ASSIGNMENT:
All that is asked is a faithful reproduction of the entries.

= = = =

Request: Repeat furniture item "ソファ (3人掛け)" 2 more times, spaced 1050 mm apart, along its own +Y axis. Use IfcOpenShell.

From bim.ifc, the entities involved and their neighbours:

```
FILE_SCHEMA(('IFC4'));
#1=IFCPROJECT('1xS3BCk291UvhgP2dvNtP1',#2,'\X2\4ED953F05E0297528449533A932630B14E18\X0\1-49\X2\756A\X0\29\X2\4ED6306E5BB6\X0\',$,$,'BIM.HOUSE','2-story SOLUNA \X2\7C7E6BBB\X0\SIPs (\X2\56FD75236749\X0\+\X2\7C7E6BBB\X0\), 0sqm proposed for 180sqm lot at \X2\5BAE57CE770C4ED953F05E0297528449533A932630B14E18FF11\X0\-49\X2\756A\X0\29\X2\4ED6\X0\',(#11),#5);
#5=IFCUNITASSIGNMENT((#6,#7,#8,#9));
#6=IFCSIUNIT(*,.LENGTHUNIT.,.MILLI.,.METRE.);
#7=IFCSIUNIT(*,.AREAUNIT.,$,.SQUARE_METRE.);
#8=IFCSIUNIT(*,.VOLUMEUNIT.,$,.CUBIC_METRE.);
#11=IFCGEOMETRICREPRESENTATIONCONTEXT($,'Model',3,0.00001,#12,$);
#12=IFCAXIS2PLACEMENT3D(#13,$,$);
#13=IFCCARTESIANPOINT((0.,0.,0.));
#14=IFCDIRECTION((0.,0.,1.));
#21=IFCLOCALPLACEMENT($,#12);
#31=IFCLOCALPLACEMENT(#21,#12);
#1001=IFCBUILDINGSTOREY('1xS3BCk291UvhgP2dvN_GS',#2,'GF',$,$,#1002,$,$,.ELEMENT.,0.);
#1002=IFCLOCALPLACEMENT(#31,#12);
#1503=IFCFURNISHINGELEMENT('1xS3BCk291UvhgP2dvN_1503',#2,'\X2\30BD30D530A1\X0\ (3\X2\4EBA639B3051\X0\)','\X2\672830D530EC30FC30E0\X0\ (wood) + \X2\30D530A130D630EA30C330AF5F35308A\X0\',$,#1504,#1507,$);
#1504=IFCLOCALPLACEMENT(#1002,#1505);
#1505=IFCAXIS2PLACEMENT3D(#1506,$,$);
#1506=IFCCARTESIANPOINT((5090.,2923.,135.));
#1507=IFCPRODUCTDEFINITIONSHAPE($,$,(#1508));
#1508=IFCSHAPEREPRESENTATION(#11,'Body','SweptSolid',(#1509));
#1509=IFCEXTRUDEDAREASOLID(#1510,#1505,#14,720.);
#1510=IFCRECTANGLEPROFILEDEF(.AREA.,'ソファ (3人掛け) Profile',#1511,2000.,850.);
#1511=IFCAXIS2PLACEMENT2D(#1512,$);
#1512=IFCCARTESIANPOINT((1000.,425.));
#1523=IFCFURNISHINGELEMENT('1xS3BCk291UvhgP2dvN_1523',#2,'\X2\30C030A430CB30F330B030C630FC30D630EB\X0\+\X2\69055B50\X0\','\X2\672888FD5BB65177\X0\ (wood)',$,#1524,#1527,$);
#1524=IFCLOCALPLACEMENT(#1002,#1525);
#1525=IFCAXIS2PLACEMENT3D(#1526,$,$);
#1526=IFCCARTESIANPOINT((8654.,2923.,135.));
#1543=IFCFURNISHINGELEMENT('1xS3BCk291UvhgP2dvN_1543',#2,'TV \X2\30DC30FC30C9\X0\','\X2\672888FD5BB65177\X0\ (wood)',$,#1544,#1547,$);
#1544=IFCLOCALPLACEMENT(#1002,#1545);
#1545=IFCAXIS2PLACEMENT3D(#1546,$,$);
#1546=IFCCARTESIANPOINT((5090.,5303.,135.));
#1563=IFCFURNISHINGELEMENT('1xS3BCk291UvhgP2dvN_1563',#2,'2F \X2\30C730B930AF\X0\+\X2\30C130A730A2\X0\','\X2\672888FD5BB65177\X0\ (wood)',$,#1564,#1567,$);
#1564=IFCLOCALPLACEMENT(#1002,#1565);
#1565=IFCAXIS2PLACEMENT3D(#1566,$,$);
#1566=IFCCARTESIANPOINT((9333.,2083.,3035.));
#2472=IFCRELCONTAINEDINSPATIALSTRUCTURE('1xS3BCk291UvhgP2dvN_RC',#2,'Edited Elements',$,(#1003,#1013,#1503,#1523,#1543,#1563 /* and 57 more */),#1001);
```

```python
import ifcopenshell
import ifcopenshell.api.geometry
import ifcopenshell.api.root
import ifcopenshell.util.element
import ifcopenshell.util.placement
import ifcopenshell.util.unit

model = ifcopenshell.open("bim.ifc")
unit_scale = ifcopenshell.util.unit.calculate_unit_scale(model)


def reuse_history(source, copy):
    """copy_class also copies each property set's owner history, people and application; keep the originals."""
    for rel in copy.IsDefinedBy:
        if rel.is_a("IfcRelDefinesByProperties") and (history := rel.RelatingPropertyDefinition.OwnerHistory):
            rel.RelatingPropertyDefinition.OwnerHistory = source.OwnerHistory
            ifcopenshell.util.element.remove_deep2(model, history)


source = model.by_guid("1xS3BCk291UvhgP2dvN_1503")
base = ifcopenshell.util.placement.get_local_placement(source.ObjectPlacement)
step = base[:3, 1] * 1.05 / unit_scale

for i in range(1, 3):
    copy = ifcopenshell.api.root.copy_class(model, product=source)
    copy.Representation = ifcopenshell.util.element.copy_deep(
        model, source.Representation, exclude=["IfcGeometricRepresentationContext", "IfcRepresentationMap"]
    )
    reuse_history(source, copy)
    matrix = base.copy()
    matrix[:3, 3] += i * step
    print("added at", matrix[:3, 3].round(3) + 0.0)
    ifcopenshell.api.geometry.edit_object_placement(model, product=copy, matrix=matrix, is_si=False)

model.write("bim-out.ifc")
```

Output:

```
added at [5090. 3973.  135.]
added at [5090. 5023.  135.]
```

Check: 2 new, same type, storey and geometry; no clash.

= = = =

SOLUTION FOR THIS PROBLEM:
Request: Repeat furniture item "ソファ (3人掛け)" 2 more times, spaced 1050 mm apart, along its own +Y axis. Use IfcOpenShell.

From bim.ifc, the entities involved and their neighbours:

```
FILE_SCHEMA(('IFC4'));
#1=IFCPROJECT('1xS3BCk291UvhgP2dvNtP1',#2,'\X2\4ED953F05E0297528449533A932630B14E18\X0\1-49\X2\756A\X0\29\X2\4ED6306E5BB6\X0\',$,$,'BIM.HOUSE','2-story SOLUNA \X2\7C7E6BBB\X0\SIPs (\X2\56FD75236749\X0\+\X2\7C7E6BBB\X0\), 0sqm proposed for 180sqm lot at \X2\5BAE57CE770C4ED953F05E0297528449533A932630B14E18FF11\X0\-49\X2\756A\X0\29\X2\4ED6\X0\',(#11),#5);
#5=IFCUNITASSIGNMENT((#6,#7,#8,#9));
#6=IFCSIUNIT(*,.LENGTHUNIT.,.MILLI.,.METRE.);
#7=IFCSIUNIT(*,.AREAUNIT.,$,.SQUARE_METRE.);
#8=IFCSIUNIT(*,.VOLUMEUNIT.,$,.CUBIC_METRE.);
#11=IFCGEOMETRICREPRESENTATIONCONTEXT($,'Model',3,0.00001,#12,$);
#12=IFCAXIS2PLACEMENT3D(#13,$,$);
#13=IFCCARTESIANPOINT((0.,0.,0.));
#14=IFCDIRECTION((0.,0.,1.));
#21=IFCLOCALPLACEMENT($,#12);
#31=IFCLOCALPLACEMENT(#21,#12);
#1001=IFCBUILDINGSTOREY('1xS3BCk291UvhgP2dvN_GS',#2,'GF',$,$,#1002,$,$,.ELEMENT.,0.);
#1002=IFCLOCALPLACEMENT(#31,#12);
#1503=IFCFURNISHINGELEMENT('1xS3BCk291UvhgP2dvN_1503',#2,'\X2\30BD30D530A1\X0\ (3\X2\4EBA639B3051\X0\)','\X2\672830D530EC30FC30E0\X0\ (wood) + \X2\30D530A130D630EA30C330AF5F35308A\X0\',$,#1504,#1507,$);
#1504=IFCLOCALPLACEMENT(#1002,#1505);
#1505=IFCAXIS2PLACEMENT3D(#1506,$,$);
#1506=IFCCARTESIANPOINT((5090.,2923.,135.));
#1507=IFCPRODUCTDEFINITIONSHAPE($,$,(#1508));
#1508=IFCSHAPEREPRESENTATION(#11,'Body','SweptSolid',(#1509));
#1509=IFCEXTRUDEDAREASOLID(#1510,#1505,#14,720.);
#1510=IFCRECTANGLEPROFILEDEF(.AREA.,'ソファ (3人掛け) Profile',#1511,2000.,850.);
#1511=IFCAXIS2PLACEMENT2D(#1512,$);
#1512=IFCCARTESIANPOINT((1000.,425.));
#1523=IFCFURNISHINGELEMENT('1xS3BCk291UvhgP2dvN_1523',#2,'\X2\30C030A430CB30F330B030C630FC30D630EB\X0\+\X2\69055B50\X0\','\X2\672888FD5BB65177\X0\ (wood)',$,#1524,#1527,$);
#1524=IFCLOCALPLACEMENT(#1002,#1525);
#1525=IFCAXIS2PLACEMENT3D(#1526,$,$);
#1526=IFCCARTESIANPOINT((8654.,2923.,135.));
#1543=IFCFURNISHINGELEMENT('1xS3BCk291UvhgP2dvN_1543',#2,'TV \X2\30DC30FC30C9\X0\','\X2\672888FD5BB65177\X0\ (wood)',$,#1544,#1547,$);
#1544=IFCLOCALPLACEMENT(#1002,#1545);
#1545=IFCAXIS2PLACEMENT3D(#1546,$,$);
#1546=IFCCARTESIANPOINT((5090.,5303.,135.));
#1563=IFCFURNISHINGELEMENT('1xS3BCk291UvhgP2dvN_1563',#2,'2F \X2\30C730B930AF\X0\+\X2\30C130A730A2\X0\','\X2\672888FD5BB65177\X0\ (wood)',$,#1564,#1567,$);
#1564=IFCLOCALPLACEMENT(#1002,#1565);
#1565=IFCAXIS2PLACEMENT3D(#1566,$,$);
#1566=IFCCARTESIANPOINT((9333.,2083.,3035.));
#2472=IFCRELCONTAINEDINSPATIALSTRUCTURE('1xS3BCk291UvhgP2dvN_RC',#2,'Edited Elements',$,(#1003,#1013,#1503,#1523,#1543,#1563 /* and 57 more */),#1001);
```

```python
import ifcopenshell
import ifcopenshell.api.geometry
import ifcopenshell.api.root
import ifcopenshell.util.element
import ifcopenshell.util.placement
import ifcopenshell.util.unit

model = ifcopenshell.open("bim.ifc")
unit_scale = ifcopenshell.util.unit.calculate_unit_scale(model)


def reuse_history(source, copy):
    """copy_class also copies each property set's owner history, people and application; keep the originals."""
    for rel in copy.IsDefinedBy:
        if rel.is_a("IfcRelDefinesByProperties") and (history := rel.RelatingPropertyDefinition.OwnerHistory):
            rel.RelatingPropertyDefinition.OwnerHistory = source.OwnerHistory
            ifcopenshell.util.element.remove_deep2(model, history)


source = model.by_guid("1xS3BCk291UvhgP2dvN_1503")
base = ifcopenshell.util.placement.get_local_placement(source.ObjectPlacement)
step = base[:3, 1] * 1.05 / unit_scale

for i in range(1, 3):
    copy = ifcopenshell.api.root.copy_class(model, product=source)
    copy.Representation = ifcopenshell.util.element.copy_deep(
        model, source.Representation, exclude=["IfcGeometricRepresentationContext", "IfcRepresentationMap"]
    )
    reuse_history(source, copy)
    matrix = base.copy()
    matrix[:3, 3] += i * step
    print("added at", matrix[:3, 3].round(3) + 0.0)
    ifcopenshell.api.geometry.edit_object_placement(model, product=copy, matrix=matrix, is_si=False)

model.write("bim-out.ifc")
```

Output:

```
added at [5090. 3973.  135.]
added at [5090. 5023.  135.]
```

Check: 2 new, same type, storey and geometry; no clash.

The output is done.